Guest Post on @MarketingProfs

It is one of the world’s top social media marketing sites. We love MarketingProfs and love what @marketingprofs does on Twitter and beyond. This week, we appeared on their blog as a guest blogger and wrote the following post: How Niche Communities Build Brand Awareness. We were thrilled to be featured, especially since we got a chance to talk about #LatinoLit.

Short Story Makes Long List

This week, one of the stories from FRANKY BENÍTEZ, made the long list as part of the anthology, 100 STORIES FOR QUEENSLAND. The story, “Power’s Sunday Slam,” is being considered for the publication, which will benefit the victims of the Australia floods. Out of 300 submissions, “Power’s Sunday Slam” made the first cut.

The New #Latism Web Page

We celebrated the new #Latism (Latinos in Social Media) web page as well. This is such a great organization, the best community in social media. #LATISM has done great things, and it will continue to do even greater things.

And finally, we think this blog is heading in the right direction and posting content that our readers want to see. We just checked our recent blog and fan page rankings (in the end, being online is all about reach) and we are happy to report the following:

  • The Facebook Fan Page of Fernando Varela is now over 18,500 fans as of January 30, 2011. We think we will get to 20,000 by the end of March, if not sooner.
  • The Sónico Fan Page of Fernando Varela is over 55,000 fans. We project that this will reach 100,000 by the end of 2011.
  • The current Alexa rating for juliorvarela.com puts us in some select company. We are amazed at how a personal, part-time blog is gaining new views each day.

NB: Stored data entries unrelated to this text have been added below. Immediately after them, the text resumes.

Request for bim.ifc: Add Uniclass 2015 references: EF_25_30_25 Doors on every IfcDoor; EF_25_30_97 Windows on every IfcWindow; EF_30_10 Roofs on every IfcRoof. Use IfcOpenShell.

First a look at what the model holds.

```python
import ifcopenshell

model = ifcopenshell.open("bim.ifc")
print(model.schema)
print("classifications:", [c.Name for c in model.by_type("IfcClassification")])
for ifc_class in ("IfcDoor", "IfcRoof", "IfcStair", "IfcWall", "IfcWindow"):
    print(ifc_class, len(model.by_type(ifc_class)))
```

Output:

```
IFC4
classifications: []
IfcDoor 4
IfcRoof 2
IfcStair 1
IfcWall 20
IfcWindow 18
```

```python
import ifcopenshell
import ifcopenshell.api.classification

model = ifcopenshell.open("bim.ifc")

system = ifcopenshell.api.classification.add_classification(model, classification="Uniclass 2015")

codes = {
    "IfcDoor": ("EF_25_30_25", "Doors"),
    "IfcWindow": ("EF_25_30_97", "Windows"),
    "IfcRoof": ("EF_30_10", "Roofs"),
}
for ifc_class, (code, name) in codes.items():
    products = model.by_type(ifc_class)
    ifcopenshell.api.classification.add_reference(
        model, products=products, classification=system, identification=code, name=name
    )
    print(code, len(products))

model.write("bim_updated.ifc")
```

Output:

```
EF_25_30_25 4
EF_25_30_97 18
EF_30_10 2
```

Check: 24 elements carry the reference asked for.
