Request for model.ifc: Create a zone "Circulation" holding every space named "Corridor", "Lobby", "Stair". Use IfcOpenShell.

First a look at what the model holds.

```python
import ifcopenshell

model = ifcopenshell.open("model.ifc")
print(model.schema)
seen = {}
for space in model.by_type("IfcSpace"):
    seen[space.LongName] = seen.get(space.LongName, 0) + 1
for name, count in sorted(seen.items(), key=str):
    print(count, "x", name)
print("zones:", [z.Name for z in model.by_type("IfcZone")][:20])
```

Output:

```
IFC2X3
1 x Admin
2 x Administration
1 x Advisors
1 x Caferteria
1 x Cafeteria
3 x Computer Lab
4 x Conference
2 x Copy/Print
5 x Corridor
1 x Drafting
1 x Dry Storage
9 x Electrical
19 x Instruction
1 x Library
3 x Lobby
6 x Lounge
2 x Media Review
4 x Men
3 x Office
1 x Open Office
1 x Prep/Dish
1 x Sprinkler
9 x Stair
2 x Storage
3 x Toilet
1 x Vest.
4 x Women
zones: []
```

```python
import ifcopenshell
import ifcopenshell.api.group
import ifcopenshell.api.root

model = ifcopenshell.open("model.ifc")

names = {"Corridor", "Lobby", "Stair"}
spaces = [s for s in model.by_type("IfcSpace") if s.LongName in names]

zone = ifcopenshell.api.root.create_entity(model, ifc_class="IfcZone", name="Circulation")
ifcopenshell.api.group.assign_group(model, products=spaces, group=zone)
print(len(spaces), "spaces in", zone.Name)

model.write("model_v2.ifc")
```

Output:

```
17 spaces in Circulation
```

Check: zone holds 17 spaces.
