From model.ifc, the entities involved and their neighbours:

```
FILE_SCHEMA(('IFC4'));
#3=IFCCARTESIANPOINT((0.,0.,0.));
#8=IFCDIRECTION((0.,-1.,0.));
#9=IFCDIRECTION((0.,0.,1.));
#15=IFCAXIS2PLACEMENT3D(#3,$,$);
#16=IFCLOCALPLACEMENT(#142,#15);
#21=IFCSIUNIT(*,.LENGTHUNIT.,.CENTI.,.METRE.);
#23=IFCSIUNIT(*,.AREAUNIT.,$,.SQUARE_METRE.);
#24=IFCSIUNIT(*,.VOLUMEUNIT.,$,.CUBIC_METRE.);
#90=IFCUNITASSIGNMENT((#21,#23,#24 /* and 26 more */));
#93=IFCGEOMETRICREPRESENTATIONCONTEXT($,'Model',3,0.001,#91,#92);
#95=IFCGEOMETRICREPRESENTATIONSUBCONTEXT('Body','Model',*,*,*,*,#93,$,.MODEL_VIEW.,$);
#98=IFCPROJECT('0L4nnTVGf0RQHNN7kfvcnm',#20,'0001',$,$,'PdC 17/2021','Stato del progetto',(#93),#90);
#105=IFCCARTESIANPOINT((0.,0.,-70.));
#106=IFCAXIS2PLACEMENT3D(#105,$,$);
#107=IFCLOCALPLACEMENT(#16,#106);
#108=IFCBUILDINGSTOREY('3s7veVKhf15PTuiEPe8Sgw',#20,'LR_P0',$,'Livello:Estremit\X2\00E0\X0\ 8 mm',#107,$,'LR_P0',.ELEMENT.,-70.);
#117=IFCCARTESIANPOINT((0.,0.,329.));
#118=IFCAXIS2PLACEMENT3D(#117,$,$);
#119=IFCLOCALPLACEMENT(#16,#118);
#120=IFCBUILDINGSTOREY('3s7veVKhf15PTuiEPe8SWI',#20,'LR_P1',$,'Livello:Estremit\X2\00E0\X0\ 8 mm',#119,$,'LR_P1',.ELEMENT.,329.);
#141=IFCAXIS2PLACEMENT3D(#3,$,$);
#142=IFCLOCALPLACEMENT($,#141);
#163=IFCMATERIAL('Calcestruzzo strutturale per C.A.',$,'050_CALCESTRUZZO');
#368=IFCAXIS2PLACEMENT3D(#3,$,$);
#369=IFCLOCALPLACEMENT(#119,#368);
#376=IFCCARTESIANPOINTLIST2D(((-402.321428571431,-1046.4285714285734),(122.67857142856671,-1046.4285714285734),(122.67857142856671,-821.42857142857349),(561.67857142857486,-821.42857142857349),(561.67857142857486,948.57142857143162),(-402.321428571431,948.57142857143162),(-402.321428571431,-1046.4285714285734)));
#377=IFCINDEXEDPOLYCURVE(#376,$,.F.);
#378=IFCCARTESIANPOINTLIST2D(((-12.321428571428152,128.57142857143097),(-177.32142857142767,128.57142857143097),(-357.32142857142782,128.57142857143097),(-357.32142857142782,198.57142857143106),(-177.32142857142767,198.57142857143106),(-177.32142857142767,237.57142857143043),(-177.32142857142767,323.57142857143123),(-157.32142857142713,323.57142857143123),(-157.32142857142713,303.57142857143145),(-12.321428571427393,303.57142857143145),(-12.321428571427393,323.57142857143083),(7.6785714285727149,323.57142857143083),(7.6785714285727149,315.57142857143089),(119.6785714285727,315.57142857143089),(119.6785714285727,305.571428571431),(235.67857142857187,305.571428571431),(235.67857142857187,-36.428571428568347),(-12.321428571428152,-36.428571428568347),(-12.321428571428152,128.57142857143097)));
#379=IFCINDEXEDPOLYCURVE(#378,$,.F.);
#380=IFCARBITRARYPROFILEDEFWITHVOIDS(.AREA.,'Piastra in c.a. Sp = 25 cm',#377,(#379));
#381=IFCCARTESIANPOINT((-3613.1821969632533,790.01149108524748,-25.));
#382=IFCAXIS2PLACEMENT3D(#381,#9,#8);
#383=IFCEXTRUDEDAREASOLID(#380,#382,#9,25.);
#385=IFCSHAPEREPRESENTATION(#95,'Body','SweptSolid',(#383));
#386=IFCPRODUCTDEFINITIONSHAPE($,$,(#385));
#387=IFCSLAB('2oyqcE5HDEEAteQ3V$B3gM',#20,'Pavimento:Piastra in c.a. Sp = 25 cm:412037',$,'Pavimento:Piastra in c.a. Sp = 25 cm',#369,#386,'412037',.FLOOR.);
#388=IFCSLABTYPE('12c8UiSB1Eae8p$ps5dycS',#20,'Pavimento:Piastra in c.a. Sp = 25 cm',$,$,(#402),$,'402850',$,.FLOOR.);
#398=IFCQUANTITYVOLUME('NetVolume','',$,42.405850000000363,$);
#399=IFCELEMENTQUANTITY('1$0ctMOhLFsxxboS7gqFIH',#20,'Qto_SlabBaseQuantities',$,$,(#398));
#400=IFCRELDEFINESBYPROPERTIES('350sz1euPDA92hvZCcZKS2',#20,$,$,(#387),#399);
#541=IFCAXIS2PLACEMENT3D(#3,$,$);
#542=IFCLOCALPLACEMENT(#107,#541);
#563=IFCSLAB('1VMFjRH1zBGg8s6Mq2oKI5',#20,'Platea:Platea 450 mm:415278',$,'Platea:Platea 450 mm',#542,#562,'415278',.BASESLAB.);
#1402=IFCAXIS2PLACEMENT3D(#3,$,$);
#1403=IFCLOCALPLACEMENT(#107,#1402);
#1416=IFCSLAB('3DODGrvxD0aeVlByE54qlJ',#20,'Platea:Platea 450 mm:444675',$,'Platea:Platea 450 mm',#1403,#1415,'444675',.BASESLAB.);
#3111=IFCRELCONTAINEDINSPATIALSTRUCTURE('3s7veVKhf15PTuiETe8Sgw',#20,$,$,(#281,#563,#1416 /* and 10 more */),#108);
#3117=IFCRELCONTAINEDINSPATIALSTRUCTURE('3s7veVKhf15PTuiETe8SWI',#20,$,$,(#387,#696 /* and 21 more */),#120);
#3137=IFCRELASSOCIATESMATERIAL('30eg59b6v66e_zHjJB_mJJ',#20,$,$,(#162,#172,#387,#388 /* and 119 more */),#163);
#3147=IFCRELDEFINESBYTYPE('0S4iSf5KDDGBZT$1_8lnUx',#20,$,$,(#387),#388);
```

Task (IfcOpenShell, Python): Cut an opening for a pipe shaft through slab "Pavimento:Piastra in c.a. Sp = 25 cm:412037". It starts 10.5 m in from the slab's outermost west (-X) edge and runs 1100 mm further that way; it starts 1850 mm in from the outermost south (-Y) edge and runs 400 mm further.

```python
import numpy as np
import ifcopenshell
import ifcopenshell.api.feature
import ifcopenshell.api.geometry
import ifcopenshell.api.pset
import ifcopenshell.api.root
import ifcopenshell.geom
import ifcopenshell.util.element
import ifcopenshell.util.placement
import ifcopenshell.util.representation
import ifcopenshell.util.shape
import ifcopenshell.util.unit

model = ifcopenshell.open("model.ifc")
unit_scale = ifcopenshell.util.unit.calculate_unit_scale(model)
volume_scale = ifcopenshell.util.unit.calculate_unit_scale(model, "VOLUMEUNIT")
settings = ifcopenshell.geom.settings()


def volume(element):
    """Net volume in cubic metres, openings subtracted."""
    shape = ifcopenshell.geom.create_shape(settings, element)
    return ifcopenshell.util.shape.get_volume(shape.geometry)


slab = model.by_id(387)
before = volume(slab)

# Extent in the slab's own axes, in metres. The edges named are its -X and -Y sides.
slab_shape = ifcopenshell.geom.create_shape(settings, slab)
vertices = ifcopenshell.util.shape.get_vertices(slab_shape.geometry)
x_min, y_min, bottom = vertices.min(axis=0)
top = vertices[:, 2].max()

opening = ifcopenshell.api.root.create_entity(model, ifc_class="IfcOpeningElement", name="Pipe shaft opening", predefined_type="OPENING")
context = ifcopenshell.util.representation.get_context(model, "Model", "Body", "MODEL_VIEW")
width, depth = 1.1, 0.4
outline = [(0.0, 0.0), (width, 0.0), (width, depth), (0.0, depth), (0.0, 0.0)]
# Overshoot both faces by 50 mm so the cut is clean.
shape = ifcopenshell.api.geometry.add_slab_representation(
    model, context=context, depth=top - bottom + 0.1, polyline=outline
)
ifcopenshell.api.geometry.assign_representation(model, product=opening, representation=shape)

matrix = ifcopenshell.util.placement.get_local_placement(slab.ObjectPlacement)
matrix[:, 3] = matrix @ np.append(np.array([x_min + 10.5, y_min + 1.85, bottom - 0.05]) / unit_scale, 1.0)
ifcopenshell.api.geometry.edit_object_placement(model, product=opening, matrix=matrix, is_si=False)
ifcopenshell.api.feature.add_feature(model, feature=opening, element=slab)

after = volume(slab)

# Update the slab's stored quantities.
qto = model.by_id(ifcopenshell.util.element.get_pset(slab, "Qto_SlabBaseQuantities", should_inherit=False)["id"])
ifcopenshell.api.pset.edit_qto(model, qto=qto, properties={"NetVolume": after / volume_scale})

print(f"slab volume {before:.3f} -> {after:.3f} m3")

model.write("model-out.ifc")
```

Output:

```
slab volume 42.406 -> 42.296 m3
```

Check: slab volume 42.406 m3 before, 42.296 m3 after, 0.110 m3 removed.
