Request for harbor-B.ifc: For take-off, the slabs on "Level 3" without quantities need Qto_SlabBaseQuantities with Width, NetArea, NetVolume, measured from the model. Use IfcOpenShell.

First a look at what the model holds.

```python
import ifcopenshell
import ifcopenshell.util.element
import ifcopenshell.util.unit

model = ifcopenshell.open("harbor-B.ifc")
print(model.schema)
for unit_type in ("LENGTHUNIT", "AREAUNIT", "VOLUMEUNIT"):
    print(unit_type, ifcopenshell.util.unit.calculate_unit_scale(model, unit_type))
storey = next(s for s in model.by_type("IfcBuildingStorey") if s.Name == "Level 3")
slabs = [e for e in ifcopenshell.util.element.get_decomposition(storey) if e.is_a("IfcSlab")]
for e in sorted(slabs, key=lambda e: e.id()):
    print(e.id(), e.is_a(), e.Name, list(ifcopenshell.util.element.get_psets(e, qtos_only=True)), sep=" | ")
```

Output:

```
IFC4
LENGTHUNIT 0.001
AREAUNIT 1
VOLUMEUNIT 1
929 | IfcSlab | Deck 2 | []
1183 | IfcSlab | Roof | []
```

```python
import ifcopenshell
import ifcopenshell.api.pset
import ifcopenshell.geom
import ifcopenshell.util.element
import ifcopenshell.util.shape
import ifcopenshell.util.unit

model = ifcopenshell.open("harbor-B.ifc")
unit_scale = ifcopenshell.util.unit.calculate_unit_scale(model)
area_scale = ifcopenshell.util.unit.calculate_unit_scale(model, "AREAUNIT")
volume_scale = ifcopenshell.util.unit.calculate_unit_scale(model, "VOLUMEUNIT")
settings = ifcopenshell.geom.settings()

storey = next(s for s in model.by_type("IfcBuildingStorey") if s.Name == "Level 3")
slabs = [e for e in ifcopenshell.util.element.get_decomposition(storey) if e.is_a("IfcSlab")]

for e in sorted(slabs, key=lambda e: e.id()):
    if ifcopenshell.util.element.get_psets(e, qtos_only=True, should_inherit=False):
        continue
    # Geometry comes back in metres, in the element's own axes.
    shape = ifcopenshell.geom.create_shape(settings, e)
    values = {
        "Width": ifcopenshell.util.shape.get_z(shape.geometry) / unit_scale,
        "NetArea": ifcopenshell.util.shape.get_footprint_area(shape.geometry) / area_scale,
        "NetVolume": ifcopenshell.util.shape.get_volume(shape.geometry) / volume_scale,
    }
    qto = ifcopenshell.api.pset.add_qto(model, product=e, name="Qto_SlabBaseQuantities")
    ifcopenshell.api.pset.edit_qto(model, qto=qto, properties=values)
    print(e.id(), {k: round(v, 3) for k, v in values.items()})

model.write("harbor-B_updated.ifc")
```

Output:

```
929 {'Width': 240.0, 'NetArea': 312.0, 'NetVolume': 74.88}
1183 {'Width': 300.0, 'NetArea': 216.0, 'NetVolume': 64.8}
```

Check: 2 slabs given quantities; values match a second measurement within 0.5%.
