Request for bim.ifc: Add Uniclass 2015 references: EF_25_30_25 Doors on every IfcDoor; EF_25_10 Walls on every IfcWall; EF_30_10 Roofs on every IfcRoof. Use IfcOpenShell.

First a look at what the model holds.

```python
import ifcopenshell

model = ifcopenshell.open("bim.ifc")
print(model.schema)
print("classifications:", [c.Name for c in model.by_type("IfcClassification")])
for ifc_class in ("IfcDoor", "IfcRoof", "IfcStair", "IfcWall", "IfcWindow"):
    print(ifc_class, len(model.by_type(ifc_class)))
```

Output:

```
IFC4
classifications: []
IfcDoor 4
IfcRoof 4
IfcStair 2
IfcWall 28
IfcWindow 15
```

```python
import ifcopenshell
import ifcopenshell.api.classification

model = ifcopenshell.open("bim.ifc")

system = ifcopenshell.api.classification.add_classification(model, classification="Uniclass 2015")

codes = {
    "IfcDoor": ("EF_25_30_25", "Doors"),
    "IfcWall": ("EF_25_10", "Walls"),
    "IfcRoof": ("EF_30_10", "Roofs"),
}
for ifc_class, (code, name) in codes.items():
    products = model.by_type(ifc_class)
    ifcopenshell.api.classification.add_reference(
        model, products=products, classification=system, identification=code, name=name
    )
    print(code, len(products))

model.write("bim_edited.ifc")
```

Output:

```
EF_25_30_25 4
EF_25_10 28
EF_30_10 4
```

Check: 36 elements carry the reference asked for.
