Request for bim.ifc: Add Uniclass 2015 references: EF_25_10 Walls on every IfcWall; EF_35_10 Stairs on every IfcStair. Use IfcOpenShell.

First a look at what the model holds.

```python
import ifcopenshell

model = ifcopenshell.open("bim.ifc")
print(model.schema)
print("classifications:", [c.Name for c in model.by_type("IfcClassification")])
for ifc_class in ("IfcDoor", "IfcRoof", "IfcStair", "IfcWall", "IfcWindow"):
    print(ifc_class, len(model.by_type(ifc_class)))
```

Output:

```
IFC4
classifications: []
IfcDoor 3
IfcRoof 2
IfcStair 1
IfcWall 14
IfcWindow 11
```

```python
import ifcopenshell
import ifcopenshell.api.classification

model = ifcopenshell.open("bim.ifc")

system = ifcopenshell.api.classification.add_classification(model, classification="Uniclass 2015")

codes = {
    "IfcWall": ("EF_25_10", "Walls"),
    "IfcStair": ("EF_35_10", "Stairs"),
}
for ifc_class, (code, name) in codes.items():
    products = model.by_type(ifc_class)
    ifcopenshell.api.classification.add_reference(
        model, products=products, classification=system, identification=code, name=name
    )
    print(code, len(products))

model.write("bim_rev.ifc")
```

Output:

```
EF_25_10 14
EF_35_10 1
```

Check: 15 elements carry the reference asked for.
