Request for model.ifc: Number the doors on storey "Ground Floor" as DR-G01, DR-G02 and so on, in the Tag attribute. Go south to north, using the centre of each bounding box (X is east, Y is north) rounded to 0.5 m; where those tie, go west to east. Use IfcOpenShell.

First a look at what the model holds.

```python
import ifcopenshell
import ifcopenshell.util.element
import ifcopenshell.util.placement

model = ifcopenshell.open("model.ifc")
print(model.schema)
storey = next(s for s in model.by_type("IfcBuildingStorey") if s.Name == "Ground Floor")
doors = [e for e in ifcopenshell.util.element.get_decomposition(storey) if e.is_a("IfcDoor")]
for e in sorted(doors, key=lambda e: e.id()):
    origin = ifcopenshell.util.placement.get_local_placement(e.ObjectPlacement)[:3, 3]
    print(e.id(), e.Tag, e.Name, origin.round(2) + 0.0, sep=" | ")
```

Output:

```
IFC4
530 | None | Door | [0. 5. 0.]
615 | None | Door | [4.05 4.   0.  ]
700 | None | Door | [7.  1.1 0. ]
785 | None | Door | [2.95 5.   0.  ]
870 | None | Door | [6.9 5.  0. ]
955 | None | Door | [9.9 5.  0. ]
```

```python
import ifcopenshell
import ifcopenshell.geom
import ifcopenshell.util.element
import ifcopenshell.util.shape

model = ifcopenshell.open("model.ifc")
settings = ifcopenshell.geom.settings()
settings.set("use-world-coords", True)


def centre(element):
    shape = ifcopenshell.geom.create_shape(settings, element)
    return ifcopenshell.util.shape.get_bbox_centroid(shape.geometry)


storey = next(s for s in model.by_type("IfcBuildingStorey") if s.Name == "Ground Floor")
doors = [e for e in ifcopenshell.util.element.get_decomposition(storey) if e.is_a("IfcDoor")]

# Insertion points can sit at a corner or the storey origin, so sort by the geometry (in metres).
centres = {e: centre(e) for e in doors}
doors.sort(key=lambda e: (round(centres[e][1] / 0.5), centres[e][0]))

for i, e in enumerate(doors, start=1):
    number = f"DR-G{i:02d}"
    e.Tag = number
    print(e.id(), number)

model.write("model-out.ifc")
```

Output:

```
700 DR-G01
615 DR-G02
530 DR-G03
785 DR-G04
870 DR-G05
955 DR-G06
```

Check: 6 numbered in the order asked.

We are growing by 100% every month we are online.
  • The little novel that could, @fbnovel, which just started tweeting this January 3, is expected to hit 500 followers by January 31. At that rate, when the novel is published in September, the account will have 4,000 followers with the right level of growth and engagement.
  • We are currently at close to 37,000 views on this blog site and expect to be at 40,000 by the middle to February.

Yes, sometimes you need to celebrate. And we are doing just that this week. Hit it, Mr. Astaire.